* **Data excerpts**
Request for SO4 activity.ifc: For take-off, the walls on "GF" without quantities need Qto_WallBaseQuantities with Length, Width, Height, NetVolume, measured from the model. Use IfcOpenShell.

First a look at what the model holds.

```python
import ifcopenshell
import ifcopenshell.util.element
import ifcopenshell.util.unit

model = ifcopenshell.open("SO4 activity.ifc")
print(model.schema)
for unit_type in ("LENGTHUNIT", "AREAUNIT", "VOLUMEUNIT"):
    print(unit_type, ifcopenshell.util.unit.calculate_unit_scale(model, unit_type))
storey = next(s for s in model.by_type("IfcBuildingStorey") if s.Name == "GF")
walls = [e for e in ifcopenshell.util.element.get_decomposition(storey) if e.is_a("IfcWall")]
for e in sorted(walls, key=lambda e: e.id()):
    print(e.id(), e.is_a(), e.Name, list(ifcopenshell.util.element.get_psets(e, qtos_only=True)), sep=" | ")
```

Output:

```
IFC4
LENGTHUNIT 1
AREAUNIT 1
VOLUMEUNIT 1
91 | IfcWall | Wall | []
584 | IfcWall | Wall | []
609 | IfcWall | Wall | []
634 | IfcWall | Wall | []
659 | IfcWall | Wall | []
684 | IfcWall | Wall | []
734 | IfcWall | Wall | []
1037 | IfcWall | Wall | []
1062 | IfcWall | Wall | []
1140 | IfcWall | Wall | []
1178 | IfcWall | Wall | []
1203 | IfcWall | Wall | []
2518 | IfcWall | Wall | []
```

```python
import ifcopenshell
import ifcopenshell.api.pset
import ifcopenshell.geom
import ifcopenshell.util.element
import ifcopenshell.util.shape
import ifcopenshell.util.unit

model = ifcopenshell.open("SO4 activity.ifc")
unit_scale = ifcopenshell.util.unit.calculate_unit_scale(model)
volume_scale = ifcopenshell.util.unit.calculate_unit_scale(model, "VOLUMEUNIT")
settings = ifcopenshell.geom.settings()

storey = next(s for s in model.by_type("IfcBuildingStorey") if s.Name == "GF")
walls = [e for e in ifcopenshell.util.element.get_decomposition(storey) if e.is_a("IfcWall")]

for e in sorted(walls, key=lambda e: e.id()):
    if ifcopenshell.util.element.get_psets(e, qtos_only=True, should_inherit=False):
        continue
    # Geometry comes back in metres, in the element's own axes.
    shape = ifcopenshell.geom.create_shape(settings, e)
    values = {
        "Length": ifcopenshell.util.shape.get_x(shape.geometry) / unit_scale,
        "Width": ifcopenshell.util.shape.get_y(shape.geometry) / unit_scale,
        "Height": ifcopenshell.util.shape.get_z(shape.geometry) / unit_scale,
        "NetVolume": ifcopenshell.util.shape.get_volume(shape.geometry) / volume_scale,
    }
    qto = ifcopenshell.api.pset.add_qto(model, product=e, name="Qto_WallBaseQuantities")
    ifcopenshell.api.pset.edit_qto(model, qto=qto, properties=values)
    print(e.id(), {k: round(v, 3) for k, v in values.items()})

model.write("SO4 activity_v2.ifc")
```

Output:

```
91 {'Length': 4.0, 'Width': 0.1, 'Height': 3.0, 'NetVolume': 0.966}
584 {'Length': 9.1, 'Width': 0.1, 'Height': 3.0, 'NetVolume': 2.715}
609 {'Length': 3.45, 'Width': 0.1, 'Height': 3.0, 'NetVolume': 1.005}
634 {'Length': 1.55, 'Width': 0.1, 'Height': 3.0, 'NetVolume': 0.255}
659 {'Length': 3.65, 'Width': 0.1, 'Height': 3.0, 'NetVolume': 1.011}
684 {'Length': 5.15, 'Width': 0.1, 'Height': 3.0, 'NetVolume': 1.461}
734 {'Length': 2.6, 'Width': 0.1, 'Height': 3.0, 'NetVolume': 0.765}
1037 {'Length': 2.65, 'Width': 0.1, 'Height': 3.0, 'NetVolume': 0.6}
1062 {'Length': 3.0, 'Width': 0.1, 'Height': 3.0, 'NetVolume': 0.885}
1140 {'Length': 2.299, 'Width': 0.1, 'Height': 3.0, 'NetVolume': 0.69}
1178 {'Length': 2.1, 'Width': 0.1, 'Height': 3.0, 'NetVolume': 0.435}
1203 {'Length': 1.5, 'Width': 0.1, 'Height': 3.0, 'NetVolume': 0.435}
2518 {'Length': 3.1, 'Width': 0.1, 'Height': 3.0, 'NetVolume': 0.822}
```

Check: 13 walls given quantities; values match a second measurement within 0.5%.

* **Exercise instructions**
Word for word, restate the material above.

* **Exercise answer**
Request for SO4 activity.ifc: For take-off, the walls on "GF" without quantities need Qto_WallBaseQuantities with Length, Width, Height, NetVolume, measured from the model. Use IfcOpenShell.

First a look at what the model holds.

```python
import ifcopenshell
import ifcopenshell.util.element
import ifcopenshell.util.unit

model = ifcopenshell.open("SO4 activity.ifc")
print(model.schema)
for unit_type in ("LENGTHUNIT", "AREAUNIT", "VOLUMEUNIT"):
    print(unit_type, ifcopenshell.util.unit.calculate_unit_scale(model, unit_type))
storey = next(s for s in model.by_type("IfcBuildingStorey") if s.Name == "GF")
walls = [e for e in ifcopenshell.util.element.get_decomposition(storey) if e.is_a("IfcWall")]
for e in sorted(walls, key=lambda e: e.id()):
    print(e.id(), e.is_a(), e.Name, list(ifcopenshell.util.element.get_psets(e, qtos_only=True)), sep=" | ")
```

Output:

```
IFC4
LENGTHUNIT 1
AREAUNIT 1
VOLUMEUNIT 1
91 | IfcWall | Wall | []
584 | IfcWall | Wall | []
609 | IfcWall | Wall | []
634 | IfcWall | Wall | []
659 | IfcWall | Wall | []
684 | IfcWall | Wall | []
734 | IfcWall | Wall | []
1037 | IfcWall | Wall | []
1062 | IfcWall | Wall | []
1140 | IfcWall | Wall | []
1178 | IfcWall | Wall | []
1203 | IfcWall | Wall | []
2518 | IfcWall | Wall | []
```

```python
import ifcopenshell
import ifcopenshell.api.pset
import ifcopenshell.geom
import ifcopenshell.util.element
import ifcopenshell.util.shape
import ifcopenshell.util.unit

model = ifcopenshell.open("SO4 activity.ifc")
unit_scale = ifcopenshell.util.unit.calculate_unit_scale(model)
volume_scale = ifcopenshell.util.unit.calculate_unit_scale(model, "VOLUMEUNIT")
settings = ifcopenshell.geom.settings()

storey = next(s for s in model.by_type("IfcBuildingStorey") if s.Name == "GF")
walls = [e for e in ifcopenshell.util.element.get_decomposition(storey) if e.is_a("IfcWall")]

for e in sorted(walls, key=lambda e: e.id()):
    if ifcopenshell.util.element.get_psets(e, qtos_only=True, should_inherit=False):
        continue
    # Geometry comes back in metres, in the element's own axes.
    shape = ifcopenshell.geom.create_shape(settings, e)
    values = {
        "Length": ifcopenshell.util.shape.get_x(shape.geometry) / unit_scale,
        "Width": ifcopenshell.util.shape.get_y(shape.geometry) / unit_scale,
        "Height": ifcopenshell.util.shape.get_z(shape.geometry) / unit_scale,
        "NetVolume": ifcopenshell.util.shape.get_volume(shape.geometry) / volume_scale,
    }
    qto = ifcopenshell.api.pset.add_qto(model, product=e, name="Qto_WallBaseQuantities")
    ifcopenshell.api.pset.edit_qto(model, qto=qto, properties=values)
    print(e.id(), {k: round(v, 3) for k, v in values.items()})

model.write("SO4 activity_v2.ifc")
```

Output:

```
91 {'Length': 4.0, 'Width': 0.1, 'Height': 3.0, 'NetVolume': 0.966}
584 {'Length': 9.1, 'Width': 0.1, 'Height': 3.0, 'NetVolume': 2.715}
609 {'Length': 3.45, 'Width': 0.1, 'Height': 3.0, 'NetVolume': 1.005}
634 {'Length': 1.55, 'Width': 0.1, 'Height': 3.0, 'NetVolume': 0.255}
659 {'Length': 3.65, 'Width': 0.1, 'Height': 3.0, 'NetVolume': 1.011}
684 {'Length': 5.15, 'Width': 0.1, 'Height': 3.0, 'NetVolume': 1.461}
734 {'Length': 2.6, 'Width': 0.1, 'Height': 3.0, 'NetVolume': 0.765}
1037 {'Length': 2.65, 'Width': 0.1, 'Height': 3.0, 'NetVolume': 0.6}
1062 {'Length': 3.0, 'Width': 0.1, 'Height': 3.0, 'NetVolume': 0.885}
1140 {'Length': 2.299, 'Width': 0.1, 'Height': 3.0, 'NetVolume': 0.69}
1178 {'Length': 2.1, 'Width': 0.1, 'Height': 3.0, 'NetVolume': 0.435}
1203 {'Length': 1.5, 'Width': 0.1, 'Height': 3.0, 'NetVolume': 0.435}
2518 {'Length': 3.1, 'Width': 0.1, 'Height': 3.0, 'NetVolume': 0.822}
```

Check: 13 walls given quantities; values match a second measurement within 0.5%.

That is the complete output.